Холод схватил его за ноги – не тот зимний холод, к которому он привык, а особый и незнакомый. Сначала он схватил его за ступни, погладил их, поднялся выше, и вот Минин вовсе перестал чувствовать ноги.

И тут ему стало ужасно одиноко, потому что он знал, что мама не придёт, – они все звали маму, те, кто успевал. Теперь нужно было крепко терпеть, чтобы не заплакать.

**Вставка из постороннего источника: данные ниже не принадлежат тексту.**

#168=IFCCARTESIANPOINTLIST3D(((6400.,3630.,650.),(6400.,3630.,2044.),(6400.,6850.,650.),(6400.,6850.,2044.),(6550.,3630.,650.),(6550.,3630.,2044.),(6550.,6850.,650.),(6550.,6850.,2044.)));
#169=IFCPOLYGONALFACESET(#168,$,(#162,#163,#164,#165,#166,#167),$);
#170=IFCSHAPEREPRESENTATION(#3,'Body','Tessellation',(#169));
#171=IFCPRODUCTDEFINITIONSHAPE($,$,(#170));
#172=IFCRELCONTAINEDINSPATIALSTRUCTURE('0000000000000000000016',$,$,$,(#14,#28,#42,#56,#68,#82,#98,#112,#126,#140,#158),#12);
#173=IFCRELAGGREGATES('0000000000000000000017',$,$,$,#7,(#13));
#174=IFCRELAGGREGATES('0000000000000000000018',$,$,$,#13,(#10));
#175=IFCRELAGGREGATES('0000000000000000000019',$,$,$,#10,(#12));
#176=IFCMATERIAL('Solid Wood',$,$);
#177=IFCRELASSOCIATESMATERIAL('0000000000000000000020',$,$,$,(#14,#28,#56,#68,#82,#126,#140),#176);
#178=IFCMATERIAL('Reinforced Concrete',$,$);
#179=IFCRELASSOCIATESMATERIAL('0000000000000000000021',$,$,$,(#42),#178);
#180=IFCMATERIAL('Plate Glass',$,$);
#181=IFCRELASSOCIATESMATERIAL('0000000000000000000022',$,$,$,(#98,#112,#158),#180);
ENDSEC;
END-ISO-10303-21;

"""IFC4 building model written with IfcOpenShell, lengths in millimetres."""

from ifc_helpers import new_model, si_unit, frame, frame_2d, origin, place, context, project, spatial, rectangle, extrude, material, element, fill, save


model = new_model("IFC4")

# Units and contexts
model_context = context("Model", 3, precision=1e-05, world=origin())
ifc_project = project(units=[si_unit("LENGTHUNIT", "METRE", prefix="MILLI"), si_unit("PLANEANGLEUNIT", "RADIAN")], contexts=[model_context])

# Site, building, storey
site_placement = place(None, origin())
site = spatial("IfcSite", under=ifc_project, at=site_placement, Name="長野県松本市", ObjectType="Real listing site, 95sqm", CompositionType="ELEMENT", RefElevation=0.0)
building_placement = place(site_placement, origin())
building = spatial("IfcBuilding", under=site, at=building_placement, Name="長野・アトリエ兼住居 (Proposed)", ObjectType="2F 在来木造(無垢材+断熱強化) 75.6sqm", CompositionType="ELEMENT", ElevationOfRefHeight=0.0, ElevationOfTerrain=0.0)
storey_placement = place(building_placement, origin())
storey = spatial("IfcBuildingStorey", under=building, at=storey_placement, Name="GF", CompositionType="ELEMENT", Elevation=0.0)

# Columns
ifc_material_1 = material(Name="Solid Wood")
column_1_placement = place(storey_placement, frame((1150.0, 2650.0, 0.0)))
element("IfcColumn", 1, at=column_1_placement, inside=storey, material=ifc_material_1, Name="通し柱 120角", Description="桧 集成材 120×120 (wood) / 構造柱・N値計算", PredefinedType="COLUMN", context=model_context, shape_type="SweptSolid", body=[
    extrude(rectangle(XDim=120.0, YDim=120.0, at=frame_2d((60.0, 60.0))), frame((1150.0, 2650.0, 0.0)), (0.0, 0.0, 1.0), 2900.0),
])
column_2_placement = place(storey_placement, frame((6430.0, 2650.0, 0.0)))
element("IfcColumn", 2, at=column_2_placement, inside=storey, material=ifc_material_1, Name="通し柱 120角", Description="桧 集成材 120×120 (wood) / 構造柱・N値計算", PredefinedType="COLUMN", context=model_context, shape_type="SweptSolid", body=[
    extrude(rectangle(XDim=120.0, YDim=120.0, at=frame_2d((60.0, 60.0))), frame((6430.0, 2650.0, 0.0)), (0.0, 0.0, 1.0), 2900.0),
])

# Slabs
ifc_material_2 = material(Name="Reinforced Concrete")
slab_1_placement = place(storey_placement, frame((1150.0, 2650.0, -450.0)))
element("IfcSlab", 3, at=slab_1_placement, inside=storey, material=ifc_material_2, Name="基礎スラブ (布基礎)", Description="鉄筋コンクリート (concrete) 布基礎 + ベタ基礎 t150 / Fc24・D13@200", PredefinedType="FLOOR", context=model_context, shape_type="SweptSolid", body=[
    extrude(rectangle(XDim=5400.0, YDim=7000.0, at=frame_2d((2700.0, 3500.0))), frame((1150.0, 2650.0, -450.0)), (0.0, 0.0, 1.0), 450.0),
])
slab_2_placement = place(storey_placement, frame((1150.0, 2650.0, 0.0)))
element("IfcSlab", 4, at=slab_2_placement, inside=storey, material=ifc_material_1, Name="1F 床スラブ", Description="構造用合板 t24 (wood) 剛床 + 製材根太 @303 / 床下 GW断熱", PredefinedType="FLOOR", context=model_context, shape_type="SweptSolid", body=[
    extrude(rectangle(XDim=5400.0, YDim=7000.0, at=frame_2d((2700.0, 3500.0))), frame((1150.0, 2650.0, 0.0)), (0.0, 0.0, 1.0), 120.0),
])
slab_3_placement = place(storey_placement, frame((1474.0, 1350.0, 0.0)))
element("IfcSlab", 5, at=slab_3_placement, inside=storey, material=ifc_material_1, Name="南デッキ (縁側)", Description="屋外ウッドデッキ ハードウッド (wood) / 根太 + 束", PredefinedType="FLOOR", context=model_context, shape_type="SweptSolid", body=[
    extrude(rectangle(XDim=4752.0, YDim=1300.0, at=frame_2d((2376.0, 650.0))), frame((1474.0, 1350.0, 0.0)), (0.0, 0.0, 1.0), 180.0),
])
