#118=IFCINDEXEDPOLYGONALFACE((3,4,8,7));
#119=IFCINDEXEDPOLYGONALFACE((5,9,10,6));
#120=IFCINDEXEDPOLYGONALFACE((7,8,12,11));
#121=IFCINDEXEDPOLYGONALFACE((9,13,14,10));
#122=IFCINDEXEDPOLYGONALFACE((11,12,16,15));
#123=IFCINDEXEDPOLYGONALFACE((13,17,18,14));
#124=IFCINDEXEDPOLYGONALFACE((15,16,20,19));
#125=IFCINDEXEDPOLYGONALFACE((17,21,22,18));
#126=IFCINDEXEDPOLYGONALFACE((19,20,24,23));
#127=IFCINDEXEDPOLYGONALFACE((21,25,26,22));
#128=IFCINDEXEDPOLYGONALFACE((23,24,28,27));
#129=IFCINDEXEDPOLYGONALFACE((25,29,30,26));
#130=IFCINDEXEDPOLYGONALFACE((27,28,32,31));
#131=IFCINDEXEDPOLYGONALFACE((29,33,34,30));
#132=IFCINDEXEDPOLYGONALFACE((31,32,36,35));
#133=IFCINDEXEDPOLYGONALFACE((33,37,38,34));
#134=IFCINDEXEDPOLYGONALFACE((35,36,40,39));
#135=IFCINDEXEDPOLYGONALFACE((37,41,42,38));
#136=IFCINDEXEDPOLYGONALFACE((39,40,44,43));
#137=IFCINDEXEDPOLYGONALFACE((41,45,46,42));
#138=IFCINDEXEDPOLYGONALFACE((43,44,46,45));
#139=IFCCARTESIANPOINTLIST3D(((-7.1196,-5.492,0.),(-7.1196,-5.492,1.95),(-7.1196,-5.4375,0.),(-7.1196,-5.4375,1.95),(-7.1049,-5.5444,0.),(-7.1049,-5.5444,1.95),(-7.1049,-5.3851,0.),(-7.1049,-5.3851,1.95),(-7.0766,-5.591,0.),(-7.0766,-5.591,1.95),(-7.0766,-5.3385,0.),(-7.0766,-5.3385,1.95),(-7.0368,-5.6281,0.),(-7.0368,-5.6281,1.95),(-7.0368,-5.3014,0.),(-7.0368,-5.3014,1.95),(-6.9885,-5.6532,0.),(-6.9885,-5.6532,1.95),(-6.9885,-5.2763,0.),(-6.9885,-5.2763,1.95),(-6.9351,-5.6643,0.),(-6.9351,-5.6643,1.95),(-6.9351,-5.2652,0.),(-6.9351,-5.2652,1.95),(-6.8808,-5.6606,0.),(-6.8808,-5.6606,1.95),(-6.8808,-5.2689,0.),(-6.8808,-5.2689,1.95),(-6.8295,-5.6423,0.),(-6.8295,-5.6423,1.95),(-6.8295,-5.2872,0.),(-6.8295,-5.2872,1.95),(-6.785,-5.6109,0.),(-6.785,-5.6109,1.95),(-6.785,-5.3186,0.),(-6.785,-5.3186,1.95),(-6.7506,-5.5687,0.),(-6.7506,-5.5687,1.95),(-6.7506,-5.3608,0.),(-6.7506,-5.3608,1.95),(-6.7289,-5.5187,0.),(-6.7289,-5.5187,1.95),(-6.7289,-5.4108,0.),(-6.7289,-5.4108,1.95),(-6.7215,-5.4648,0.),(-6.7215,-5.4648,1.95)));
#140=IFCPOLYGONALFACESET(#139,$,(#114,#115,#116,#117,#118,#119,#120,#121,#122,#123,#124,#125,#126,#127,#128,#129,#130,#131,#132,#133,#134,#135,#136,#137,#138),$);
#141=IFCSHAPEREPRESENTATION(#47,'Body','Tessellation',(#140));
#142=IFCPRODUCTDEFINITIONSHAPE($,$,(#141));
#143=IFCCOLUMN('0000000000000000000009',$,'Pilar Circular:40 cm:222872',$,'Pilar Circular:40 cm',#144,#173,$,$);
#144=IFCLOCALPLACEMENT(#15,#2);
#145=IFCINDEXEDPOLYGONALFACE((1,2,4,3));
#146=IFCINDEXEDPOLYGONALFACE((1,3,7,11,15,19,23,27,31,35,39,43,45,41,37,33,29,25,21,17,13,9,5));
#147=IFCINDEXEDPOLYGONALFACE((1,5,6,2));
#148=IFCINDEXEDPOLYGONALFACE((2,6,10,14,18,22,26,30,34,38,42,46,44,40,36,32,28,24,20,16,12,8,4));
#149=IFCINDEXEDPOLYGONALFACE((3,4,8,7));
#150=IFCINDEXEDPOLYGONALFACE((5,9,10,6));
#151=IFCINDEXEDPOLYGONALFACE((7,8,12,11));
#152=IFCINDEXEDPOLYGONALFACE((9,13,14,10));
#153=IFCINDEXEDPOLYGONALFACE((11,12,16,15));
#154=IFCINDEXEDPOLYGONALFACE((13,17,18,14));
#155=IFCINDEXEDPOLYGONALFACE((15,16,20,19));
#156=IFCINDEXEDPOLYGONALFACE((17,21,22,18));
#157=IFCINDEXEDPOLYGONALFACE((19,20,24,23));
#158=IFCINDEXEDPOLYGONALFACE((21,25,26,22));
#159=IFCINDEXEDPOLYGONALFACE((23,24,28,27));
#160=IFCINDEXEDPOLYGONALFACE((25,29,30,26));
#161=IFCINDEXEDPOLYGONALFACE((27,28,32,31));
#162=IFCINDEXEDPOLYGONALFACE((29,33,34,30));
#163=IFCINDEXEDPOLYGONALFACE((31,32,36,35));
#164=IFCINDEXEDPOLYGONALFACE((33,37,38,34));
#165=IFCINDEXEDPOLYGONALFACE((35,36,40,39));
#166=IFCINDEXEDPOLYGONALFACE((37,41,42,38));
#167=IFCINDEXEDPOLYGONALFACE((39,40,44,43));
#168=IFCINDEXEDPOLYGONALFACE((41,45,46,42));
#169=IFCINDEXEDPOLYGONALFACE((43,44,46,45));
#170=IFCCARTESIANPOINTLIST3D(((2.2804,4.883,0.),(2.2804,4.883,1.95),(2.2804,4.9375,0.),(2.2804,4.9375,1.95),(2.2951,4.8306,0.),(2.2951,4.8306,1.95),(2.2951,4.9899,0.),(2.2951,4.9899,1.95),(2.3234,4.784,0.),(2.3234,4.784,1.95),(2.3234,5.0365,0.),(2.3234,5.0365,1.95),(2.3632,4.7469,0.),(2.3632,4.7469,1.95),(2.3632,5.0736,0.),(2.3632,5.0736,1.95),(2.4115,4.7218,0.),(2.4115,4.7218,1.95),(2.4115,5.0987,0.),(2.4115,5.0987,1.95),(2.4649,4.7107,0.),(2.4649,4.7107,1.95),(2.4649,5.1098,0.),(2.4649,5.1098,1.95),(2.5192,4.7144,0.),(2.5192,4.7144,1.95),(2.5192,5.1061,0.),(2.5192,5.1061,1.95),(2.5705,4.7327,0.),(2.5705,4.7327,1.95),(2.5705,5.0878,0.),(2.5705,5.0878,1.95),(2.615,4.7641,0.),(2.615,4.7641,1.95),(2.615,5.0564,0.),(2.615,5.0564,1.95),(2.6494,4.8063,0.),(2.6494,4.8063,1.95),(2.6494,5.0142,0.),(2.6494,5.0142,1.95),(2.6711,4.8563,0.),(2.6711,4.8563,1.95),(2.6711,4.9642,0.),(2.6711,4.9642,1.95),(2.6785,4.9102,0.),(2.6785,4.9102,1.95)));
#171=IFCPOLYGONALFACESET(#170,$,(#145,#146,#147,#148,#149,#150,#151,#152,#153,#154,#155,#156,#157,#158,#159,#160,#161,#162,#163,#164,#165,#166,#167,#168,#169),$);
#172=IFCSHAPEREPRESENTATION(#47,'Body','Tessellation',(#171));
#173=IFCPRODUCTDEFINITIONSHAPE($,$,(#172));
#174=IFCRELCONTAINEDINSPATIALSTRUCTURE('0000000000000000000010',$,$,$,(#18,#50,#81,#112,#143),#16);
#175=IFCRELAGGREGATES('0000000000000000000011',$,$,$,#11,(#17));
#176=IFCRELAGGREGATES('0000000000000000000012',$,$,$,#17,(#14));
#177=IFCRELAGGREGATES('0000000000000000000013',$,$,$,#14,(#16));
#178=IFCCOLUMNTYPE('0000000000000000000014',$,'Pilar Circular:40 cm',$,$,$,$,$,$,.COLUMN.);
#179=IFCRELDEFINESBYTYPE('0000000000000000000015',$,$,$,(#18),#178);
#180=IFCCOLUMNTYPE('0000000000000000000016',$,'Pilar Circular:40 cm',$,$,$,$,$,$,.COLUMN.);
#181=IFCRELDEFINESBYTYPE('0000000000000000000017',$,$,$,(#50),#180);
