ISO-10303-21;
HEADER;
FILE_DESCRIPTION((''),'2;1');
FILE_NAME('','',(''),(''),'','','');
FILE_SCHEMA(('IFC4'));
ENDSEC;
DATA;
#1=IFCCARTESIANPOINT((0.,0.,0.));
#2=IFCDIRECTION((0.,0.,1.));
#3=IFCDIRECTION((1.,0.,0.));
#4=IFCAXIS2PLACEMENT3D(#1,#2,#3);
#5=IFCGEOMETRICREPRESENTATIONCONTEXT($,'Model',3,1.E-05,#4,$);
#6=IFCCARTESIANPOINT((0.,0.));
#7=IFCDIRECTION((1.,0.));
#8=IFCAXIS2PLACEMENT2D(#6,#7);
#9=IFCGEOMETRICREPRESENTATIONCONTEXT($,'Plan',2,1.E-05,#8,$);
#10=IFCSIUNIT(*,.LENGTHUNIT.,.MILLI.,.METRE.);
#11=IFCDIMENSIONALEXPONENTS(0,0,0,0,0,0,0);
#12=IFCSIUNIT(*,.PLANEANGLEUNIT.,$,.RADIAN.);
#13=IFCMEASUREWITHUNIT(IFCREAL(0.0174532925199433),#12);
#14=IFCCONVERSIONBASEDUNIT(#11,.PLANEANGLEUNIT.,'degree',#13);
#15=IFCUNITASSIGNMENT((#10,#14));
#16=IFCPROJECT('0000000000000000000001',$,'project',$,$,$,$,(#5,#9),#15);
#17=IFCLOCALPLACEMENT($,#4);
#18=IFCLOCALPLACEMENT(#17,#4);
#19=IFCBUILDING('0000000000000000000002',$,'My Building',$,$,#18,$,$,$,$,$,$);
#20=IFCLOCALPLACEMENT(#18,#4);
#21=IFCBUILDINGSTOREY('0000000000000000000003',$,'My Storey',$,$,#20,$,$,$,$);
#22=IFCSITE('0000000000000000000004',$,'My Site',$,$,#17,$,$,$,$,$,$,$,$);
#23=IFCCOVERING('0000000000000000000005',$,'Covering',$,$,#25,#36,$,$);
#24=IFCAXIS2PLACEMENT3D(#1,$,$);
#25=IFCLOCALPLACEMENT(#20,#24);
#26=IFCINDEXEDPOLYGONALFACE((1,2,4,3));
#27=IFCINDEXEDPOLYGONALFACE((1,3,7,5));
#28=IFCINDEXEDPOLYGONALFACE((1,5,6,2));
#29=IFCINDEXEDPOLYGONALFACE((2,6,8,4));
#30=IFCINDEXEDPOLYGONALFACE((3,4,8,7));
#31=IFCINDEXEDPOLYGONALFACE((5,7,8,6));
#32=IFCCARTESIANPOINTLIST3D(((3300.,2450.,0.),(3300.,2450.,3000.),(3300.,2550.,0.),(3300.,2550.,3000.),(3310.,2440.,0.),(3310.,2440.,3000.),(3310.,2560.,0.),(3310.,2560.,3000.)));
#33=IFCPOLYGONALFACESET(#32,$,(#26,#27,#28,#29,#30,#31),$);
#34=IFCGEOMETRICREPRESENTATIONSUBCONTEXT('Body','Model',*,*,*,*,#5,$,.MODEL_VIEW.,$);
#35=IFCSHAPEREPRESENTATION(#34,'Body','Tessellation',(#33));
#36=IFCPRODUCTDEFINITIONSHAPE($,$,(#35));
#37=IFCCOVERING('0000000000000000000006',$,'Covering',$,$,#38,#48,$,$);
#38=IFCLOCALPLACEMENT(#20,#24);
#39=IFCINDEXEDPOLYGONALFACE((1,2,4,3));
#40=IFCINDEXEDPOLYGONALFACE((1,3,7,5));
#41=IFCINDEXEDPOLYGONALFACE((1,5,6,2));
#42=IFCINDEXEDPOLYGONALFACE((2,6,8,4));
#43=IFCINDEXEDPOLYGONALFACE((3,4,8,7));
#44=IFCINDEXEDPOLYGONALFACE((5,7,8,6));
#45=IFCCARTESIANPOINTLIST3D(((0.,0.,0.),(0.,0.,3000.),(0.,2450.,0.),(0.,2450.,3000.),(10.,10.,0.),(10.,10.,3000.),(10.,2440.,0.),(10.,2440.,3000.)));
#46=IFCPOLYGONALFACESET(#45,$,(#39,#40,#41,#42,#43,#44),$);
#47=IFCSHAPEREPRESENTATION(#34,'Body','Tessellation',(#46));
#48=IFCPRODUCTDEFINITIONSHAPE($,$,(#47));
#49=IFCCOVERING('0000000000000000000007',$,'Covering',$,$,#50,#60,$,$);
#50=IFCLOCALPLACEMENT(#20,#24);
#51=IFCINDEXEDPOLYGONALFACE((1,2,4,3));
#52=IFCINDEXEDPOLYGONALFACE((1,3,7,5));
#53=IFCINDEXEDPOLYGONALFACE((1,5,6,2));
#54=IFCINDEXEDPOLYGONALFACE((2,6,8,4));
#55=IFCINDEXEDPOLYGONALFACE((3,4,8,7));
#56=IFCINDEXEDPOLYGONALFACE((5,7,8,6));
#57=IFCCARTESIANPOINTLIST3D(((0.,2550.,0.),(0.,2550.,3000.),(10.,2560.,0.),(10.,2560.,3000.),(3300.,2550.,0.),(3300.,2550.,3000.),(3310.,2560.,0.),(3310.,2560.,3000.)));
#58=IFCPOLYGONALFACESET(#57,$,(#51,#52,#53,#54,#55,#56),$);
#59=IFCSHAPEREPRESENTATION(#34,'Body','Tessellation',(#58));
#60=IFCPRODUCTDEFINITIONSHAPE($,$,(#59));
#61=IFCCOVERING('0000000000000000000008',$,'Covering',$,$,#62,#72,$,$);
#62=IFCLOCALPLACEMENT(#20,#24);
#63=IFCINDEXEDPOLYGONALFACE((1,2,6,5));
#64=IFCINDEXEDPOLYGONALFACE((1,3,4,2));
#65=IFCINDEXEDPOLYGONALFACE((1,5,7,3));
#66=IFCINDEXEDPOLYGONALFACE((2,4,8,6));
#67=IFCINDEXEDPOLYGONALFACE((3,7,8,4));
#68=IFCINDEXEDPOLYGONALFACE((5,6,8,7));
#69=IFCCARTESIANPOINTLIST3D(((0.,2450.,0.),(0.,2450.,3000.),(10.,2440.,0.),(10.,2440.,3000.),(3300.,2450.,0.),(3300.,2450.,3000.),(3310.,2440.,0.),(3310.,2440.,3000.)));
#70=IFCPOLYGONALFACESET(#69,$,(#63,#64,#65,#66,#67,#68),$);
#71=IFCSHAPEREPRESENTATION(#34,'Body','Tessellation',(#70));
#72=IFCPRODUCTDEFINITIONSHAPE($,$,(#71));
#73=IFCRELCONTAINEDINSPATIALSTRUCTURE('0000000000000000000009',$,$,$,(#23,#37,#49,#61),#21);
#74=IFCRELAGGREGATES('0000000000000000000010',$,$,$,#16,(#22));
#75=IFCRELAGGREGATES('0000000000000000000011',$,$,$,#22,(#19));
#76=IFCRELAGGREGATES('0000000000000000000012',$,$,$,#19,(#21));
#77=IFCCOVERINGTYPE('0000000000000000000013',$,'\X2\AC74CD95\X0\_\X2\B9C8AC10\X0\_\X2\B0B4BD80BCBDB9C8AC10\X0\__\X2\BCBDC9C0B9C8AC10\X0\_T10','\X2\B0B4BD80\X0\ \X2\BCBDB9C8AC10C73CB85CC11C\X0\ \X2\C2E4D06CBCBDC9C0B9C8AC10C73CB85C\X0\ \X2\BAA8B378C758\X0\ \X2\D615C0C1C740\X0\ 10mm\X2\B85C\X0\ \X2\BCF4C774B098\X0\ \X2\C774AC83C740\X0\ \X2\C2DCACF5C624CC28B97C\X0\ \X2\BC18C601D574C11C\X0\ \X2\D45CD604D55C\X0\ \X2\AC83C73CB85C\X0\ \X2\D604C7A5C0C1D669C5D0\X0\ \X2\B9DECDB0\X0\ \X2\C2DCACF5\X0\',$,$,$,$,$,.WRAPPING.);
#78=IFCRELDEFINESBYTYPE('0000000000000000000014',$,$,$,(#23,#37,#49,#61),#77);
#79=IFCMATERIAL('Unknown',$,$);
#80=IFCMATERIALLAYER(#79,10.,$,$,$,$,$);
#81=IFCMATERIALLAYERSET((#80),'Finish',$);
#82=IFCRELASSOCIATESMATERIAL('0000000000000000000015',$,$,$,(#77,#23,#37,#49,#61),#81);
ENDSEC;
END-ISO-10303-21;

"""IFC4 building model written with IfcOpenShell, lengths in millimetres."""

from ifc_helpers import new_model, entity, si_unit, converted_unit, frame, origin_with_axes, origin_2d_with_axis, place, context, subcontext, project, spatial, line, indexed_curve, outline, extrude, material, layer, layer_set, layer_usage, type_object, element, save


model = new_model("IFC4")

# Units and contexts
model_context = context("Model", 3, precision=1e-05, world=origin_with_axes())
plan_context = context("Plan", 2, precision=1e-05, world=origin_2d_with_axis())
body_context = subcontext(model_context, "Body", "Model", "MODEL_VIEW")
ifc_project = project(units=[si_unit("LENGTHUNIT", "METRE", prefix="MILLI"), converted_unit("PLANEANGLEUNIT", "degree", entity("IfcReal", 0.0174532925199433), si_unit("PLANEANGLEUNIT", "RADIAN"), dimensions=[0, 0, 0, 0, 0, 0, 0])], contexts=[model_context, plan_context])

# Site, building, storey
site_placement = place(None, origin_with_axes())
site = spatial("IfcSite", under=ifc_project, at=site_placement, Name="My Site")
building_placement = place(site_placement, origin_with_axes())
building = spatial("IfcBuilding", under=site, at=building_placement, Name="My Building")
storey_placement = place(building_placement, origin_with_axes())
storey = spatial("IfcBuildingStorey", under=building, at=storey_placement, Name="My Storey")

# Shared definitions
ifc_material = material(Name="Unknown")

# Shared definitions
ifc_layer_1 = layer(ifc_material, 10.0)
ifc_layer_set_1 = layer_set([ifc_layer_1], Name="Finish")
covering_type_1 = type_object("IfcCoveringType", Name="건축_마감_내부벽마감__벽지마감_T10", Description="내부 벽마감으로서 실크벽지마감으로 모델의 형상은 10mm로 보이나 이것은 시공오차를 반영해서 표현한 것으로 현장상황에 맞춰 시공", PredefinedType="WRAPPING", material=ifc_layer_set_1)

# Coverings
ifc_layer_usage_1 = layer_usage(ifc_layer_set_1, "AXIS2", "POSITIVE", 0.0)
covering_1_placement = place(storey_placement, frame((3300.0, 2550.0, 0.0), z_axis=(0.0, 0.0, 1.0), x_axis=(0.0, -1.0, 0.0)))
element("IfcCovering", 1, at=covering_1_placement, inside=storey, type_object=covering_type_1, material=ifc_layer_usage_1, Name="Covering", context=body_context, shape_type="SweptSolid", body=[
    extrude(outline(indexed_curve([(0.0, 0.0), (-10.0, 10.0), (110.0, 10.0), (100.0, 0.0)], segments=[line(1, 2, 3, 4, 1)])), origin_with_axes(), (0.0, 0.0, 1.0), 3000.0),
])
ifc_layer_usage_2 = layer_usage(ifc_layer_set_1, "AXIS2", "POSITIVE", 0.0)
covering_2_placement = place(storey_placement, frame((0.0, 2450.0, 0.0), z_axis=(0.0, 0.0, 1.0), x_axis=(0.0, -1.0, 0.0)))
element("IfcCovering", 2, at=covering_2_placement, inside=storey, type_object=covering_type_1, material=ifc_layer_usage_2, Name="Covering", context=body_context, shape_type="SweptSolid", body=[
    extrude(outline(indexed_curve([(0.0, 0.0), (10.0, 10.0), (2440.0, 10.0), (2450.0, 0.0)], segments=[line(1, 2, 3, 4, 1)])), origin_with_axes(), (0.0, 0.0, 1.0), 3000.0),
])
ifc_layer_usage_3 = layer_usage(ifc_layer_set_1, "AXIS2", "NEGATIVE", 0.0)
covering_3_placement = place(storey_placement, frame((3300.0, 2550.0, 0.0), z_axis=(0.0, 0.0, 1.0), x_axis=(-1.0, 0.0, 0.0)))
element("IfcCovering", 3, at=covering_3_placement, inside=storey, type_object=covering_type_1, material=ifc_layer_usage_3, Name="Covering", context=body_context, shape_type="SweptSolid", body=[
    extrude(outline(indexed_curve([(-10.0, -10.0), (0.0, 0.0), (3300.0, 0.0), (3290.0, -10.0)], segments=[line(1, 2, 3, 4, 1)])), origin_with_axes(), (0.0, 0.0, 1.0), 3000.0),
])
ifc_layer_usage_4 = layer_usage(ifc_layer_set_1, "AXIS2", "POSITIVE", 0.0)
covering_4_placement = place(storey_placement, frame((3300.0, 2450.0, 0.0), z_axis=(0.0, 0.0, 1.0), x_axis=(-1.0, 0.0, 0.0)))
element("IfcCovering", 4, at=covering_4_placement, inside=storey, type_object=covering_type_1, material=ifc_layer_usage_4, Name="Covering", context=body_context, shape_type="SweptSolid", body=[
    extrude(outline(indexed_curve([(0.0, 0.0), (-10.0, 10.0), (3290.0, 10.0), (3300.0, 0.0)], segments=[line(1, 2, 3, 4, 1)])), origin_with_axes(), (0.0, 0.0, 1.0), 3000.0),
])

save(model, "model.ifc")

Мороз усиливался, и ночь смотрела на него из-за стремительно летящих зимних облаков. Город жил где-то рядом, там, откуда должно было вылезти солнце, но повернуться к восходу уже не было никаких сил. Мир завис на краю, и чаши невидимых весов, где-то там, в вышине, в чёрном пространстве без звёзд, колебались: ходил вверх-вниз маятник, колебалась стрелка, чтобы потом показать, чья взяла.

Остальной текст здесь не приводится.